Przypomniał, że "ostatnio mieliśmy 7 procent udziału omikronu w populacji, teraz mamy już 8 procent". Jak mówił, oznacza to, że wykrywane jest coraz więcej zakażeń tym wariantem koronawirusa. - Myślę, że na koniec stycznia będziemy już go mieli na pewno na poziomie mniej więcej 50 procent i powyżej - dodał Andrusiewicz.
- Przed omikronem może nas chronić trzecia dawka, dawka przypominająca. Cały czas do tej dawki państwa zachęcamy, tak jak zachęcamy do szczepienia dzieci – powiedział.
Andrusiewicz o danych dotyczących szczepień dzieci i młodzieży
Na konferencji prasowej rzecznik MZ wskazał, że "w ostatnich dniach liczba zarówno rejestrowanych dzieci w wieku 5-11 lat, jak i dzieci szczepionych niestety cały czas spada". Przypomniał, że "w tej chwili zarejestrowanych mamy 415 tysięcy dzieci, a zaszczepionych 310 tysięcy". - Stąd gorący apel - szczepmy dzieci - podkreślił Andrusiewicz.

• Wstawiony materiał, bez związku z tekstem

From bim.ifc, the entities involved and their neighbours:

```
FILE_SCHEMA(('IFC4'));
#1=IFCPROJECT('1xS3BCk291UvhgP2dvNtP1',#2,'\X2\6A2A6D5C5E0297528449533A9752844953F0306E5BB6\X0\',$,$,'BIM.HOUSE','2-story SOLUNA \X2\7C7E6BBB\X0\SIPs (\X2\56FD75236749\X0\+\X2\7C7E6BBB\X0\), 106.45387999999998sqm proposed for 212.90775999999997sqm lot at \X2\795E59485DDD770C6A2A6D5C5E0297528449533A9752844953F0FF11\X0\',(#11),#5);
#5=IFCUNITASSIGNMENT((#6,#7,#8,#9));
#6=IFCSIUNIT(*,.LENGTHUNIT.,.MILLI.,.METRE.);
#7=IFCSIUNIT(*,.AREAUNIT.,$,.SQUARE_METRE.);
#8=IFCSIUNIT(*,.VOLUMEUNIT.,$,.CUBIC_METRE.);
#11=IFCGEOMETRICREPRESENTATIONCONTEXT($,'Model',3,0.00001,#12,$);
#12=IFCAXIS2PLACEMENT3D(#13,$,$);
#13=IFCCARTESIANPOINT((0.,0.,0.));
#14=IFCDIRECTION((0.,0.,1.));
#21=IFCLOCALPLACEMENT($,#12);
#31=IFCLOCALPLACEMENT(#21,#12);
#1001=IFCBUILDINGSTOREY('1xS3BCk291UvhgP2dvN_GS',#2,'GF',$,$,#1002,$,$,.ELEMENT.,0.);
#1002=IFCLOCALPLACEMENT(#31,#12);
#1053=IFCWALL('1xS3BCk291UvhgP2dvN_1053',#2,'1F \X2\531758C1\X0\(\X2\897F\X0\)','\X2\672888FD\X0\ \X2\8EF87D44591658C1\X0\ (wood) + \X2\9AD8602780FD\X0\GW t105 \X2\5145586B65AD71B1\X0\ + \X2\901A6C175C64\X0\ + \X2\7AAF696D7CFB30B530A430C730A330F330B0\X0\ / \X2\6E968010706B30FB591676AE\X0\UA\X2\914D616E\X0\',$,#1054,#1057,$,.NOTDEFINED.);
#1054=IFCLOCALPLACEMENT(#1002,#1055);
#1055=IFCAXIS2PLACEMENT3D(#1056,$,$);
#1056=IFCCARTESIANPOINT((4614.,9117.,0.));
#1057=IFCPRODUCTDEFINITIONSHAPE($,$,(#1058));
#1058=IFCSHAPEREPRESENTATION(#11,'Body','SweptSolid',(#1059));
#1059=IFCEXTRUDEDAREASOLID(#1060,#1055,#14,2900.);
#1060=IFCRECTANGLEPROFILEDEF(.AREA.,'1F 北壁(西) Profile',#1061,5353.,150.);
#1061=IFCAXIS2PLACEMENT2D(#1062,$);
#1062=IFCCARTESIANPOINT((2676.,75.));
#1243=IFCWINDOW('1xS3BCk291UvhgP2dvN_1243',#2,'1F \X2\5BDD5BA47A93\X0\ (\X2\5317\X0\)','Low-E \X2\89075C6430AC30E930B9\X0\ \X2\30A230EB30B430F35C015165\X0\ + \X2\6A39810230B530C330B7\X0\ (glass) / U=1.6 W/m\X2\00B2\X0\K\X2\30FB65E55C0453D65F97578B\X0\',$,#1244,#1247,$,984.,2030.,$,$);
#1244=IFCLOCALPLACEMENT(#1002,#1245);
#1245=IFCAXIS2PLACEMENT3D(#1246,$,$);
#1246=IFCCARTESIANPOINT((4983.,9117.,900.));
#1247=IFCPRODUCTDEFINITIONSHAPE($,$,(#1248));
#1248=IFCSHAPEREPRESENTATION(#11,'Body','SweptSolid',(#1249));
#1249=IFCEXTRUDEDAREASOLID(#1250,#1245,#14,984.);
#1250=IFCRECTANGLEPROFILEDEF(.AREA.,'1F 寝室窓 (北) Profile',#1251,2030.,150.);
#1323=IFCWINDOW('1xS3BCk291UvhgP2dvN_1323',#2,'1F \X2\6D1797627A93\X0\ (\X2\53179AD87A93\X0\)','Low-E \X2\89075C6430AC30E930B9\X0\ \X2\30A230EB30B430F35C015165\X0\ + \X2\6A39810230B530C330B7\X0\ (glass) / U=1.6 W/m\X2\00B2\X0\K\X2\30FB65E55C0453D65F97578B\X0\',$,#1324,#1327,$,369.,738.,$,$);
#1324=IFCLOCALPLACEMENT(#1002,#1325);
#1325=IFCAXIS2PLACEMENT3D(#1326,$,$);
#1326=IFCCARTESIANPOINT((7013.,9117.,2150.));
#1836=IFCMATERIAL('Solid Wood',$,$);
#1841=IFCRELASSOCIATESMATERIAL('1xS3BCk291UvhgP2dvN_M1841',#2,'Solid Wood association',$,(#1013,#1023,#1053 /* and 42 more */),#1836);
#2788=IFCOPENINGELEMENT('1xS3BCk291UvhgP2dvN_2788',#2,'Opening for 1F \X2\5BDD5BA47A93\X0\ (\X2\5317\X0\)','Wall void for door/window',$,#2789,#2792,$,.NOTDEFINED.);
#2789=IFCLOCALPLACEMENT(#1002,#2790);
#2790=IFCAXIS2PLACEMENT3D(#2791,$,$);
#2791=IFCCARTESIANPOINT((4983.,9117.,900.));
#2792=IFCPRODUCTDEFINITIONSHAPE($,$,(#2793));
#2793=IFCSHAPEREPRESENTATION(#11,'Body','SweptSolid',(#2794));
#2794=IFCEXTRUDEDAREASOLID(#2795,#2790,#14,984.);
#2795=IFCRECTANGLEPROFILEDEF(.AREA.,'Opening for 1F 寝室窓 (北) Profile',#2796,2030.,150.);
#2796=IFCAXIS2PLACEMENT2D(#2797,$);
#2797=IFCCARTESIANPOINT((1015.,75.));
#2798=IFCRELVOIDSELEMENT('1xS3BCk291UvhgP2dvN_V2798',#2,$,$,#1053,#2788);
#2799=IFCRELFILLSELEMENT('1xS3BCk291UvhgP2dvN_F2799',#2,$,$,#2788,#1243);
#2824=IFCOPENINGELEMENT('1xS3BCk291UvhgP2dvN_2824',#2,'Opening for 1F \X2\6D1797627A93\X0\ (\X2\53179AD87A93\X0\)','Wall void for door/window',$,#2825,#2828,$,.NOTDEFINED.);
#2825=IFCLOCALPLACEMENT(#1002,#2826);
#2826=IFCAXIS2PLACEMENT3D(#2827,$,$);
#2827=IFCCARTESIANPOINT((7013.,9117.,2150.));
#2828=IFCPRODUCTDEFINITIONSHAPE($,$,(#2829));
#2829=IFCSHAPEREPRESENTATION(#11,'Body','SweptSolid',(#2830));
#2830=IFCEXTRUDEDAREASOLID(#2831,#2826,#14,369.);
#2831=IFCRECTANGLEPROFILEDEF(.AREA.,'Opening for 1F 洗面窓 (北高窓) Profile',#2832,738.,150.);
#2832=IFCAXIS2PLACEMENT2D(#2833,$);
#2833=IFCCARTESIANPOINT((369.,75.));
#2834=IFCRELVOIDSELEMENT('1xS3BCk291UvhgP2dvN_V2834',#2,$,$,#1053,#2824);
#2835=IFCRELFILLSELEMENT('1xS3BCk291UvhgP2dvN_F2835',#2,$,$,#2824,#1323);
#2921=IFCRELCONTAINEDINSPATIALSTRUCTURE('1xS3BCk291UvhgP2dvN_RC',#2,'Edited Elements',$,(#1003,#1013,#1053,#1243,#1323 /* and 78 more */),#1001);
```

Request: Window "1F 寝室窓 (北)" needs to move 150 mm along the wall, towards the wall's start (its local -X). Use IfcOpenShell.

```python
import ifcopenshell
import ifcopenshell.api.geometry
import ifcopenshell.util.placement
import ifcopenshell.util.unit

model = ifcopenshell.open("bim.ifc")
unit_scale = ifcopenshell.util.unit.calculate_unit_scale(model)

window = model.by_guid("1xS3BCk291UvhgP2dvN_1243")
opening = window.FillsVoids[0].RelatingOpeningElement
wall = opening.VoidsElements[0].RelatingBuildingElement

wall_matrix = ifcopenshell.util.placement.get_local_placement(wall.ObjectPlacement)
shift = wall_matrix[:3, 0] * -0.15 / unit_scale
before = ifcopenshell.util.placement.get_local_placement(window.ObjectPlacement)[:3, 3].copy()

# The window is not placed relative to its opening, so move both.
for product in (opening, window):
    matrix = ifcopenshell.util.placement.get_local_placement(product.ObjectPlacement)
    matrix[:3, 3] += shift
    ifcopenshell.api.geometry.edit_object_placement(model, product=product, matrix=matrix, is_si=False)

after = ifcopenshell.util.placement.get_local_placement(window.ObjectPlacement)[:3, 3]
print("window moved by", (after - before).round(3) + 0.0)

model.write("bim_rev.ifc")
```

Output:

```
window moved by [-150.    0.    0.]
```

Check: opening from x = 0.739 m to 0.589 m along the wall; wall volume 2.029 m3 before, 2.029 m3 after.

Rzecznik MZ zwrócił także uwagę, że "na pewno lepiej przebiega to szczepienie w grupie wiekowej 12-17 lat". Wyjaśnił, że w tej grupie "już blisko 900 tysięcy dzieci i młodzieży jest zaszczepione".
Zastrzegł jednak, że "oczywiście trzeba pracować nad tym, aby to wyszczepienie wśród dzieci i młodzieży zwiększyć tak, abyśmy po feriach, które rozpoczynają się już w części województw w poniedziałek, mogli ze spokojem oczekiwać powrotu wszystkich do szkoły".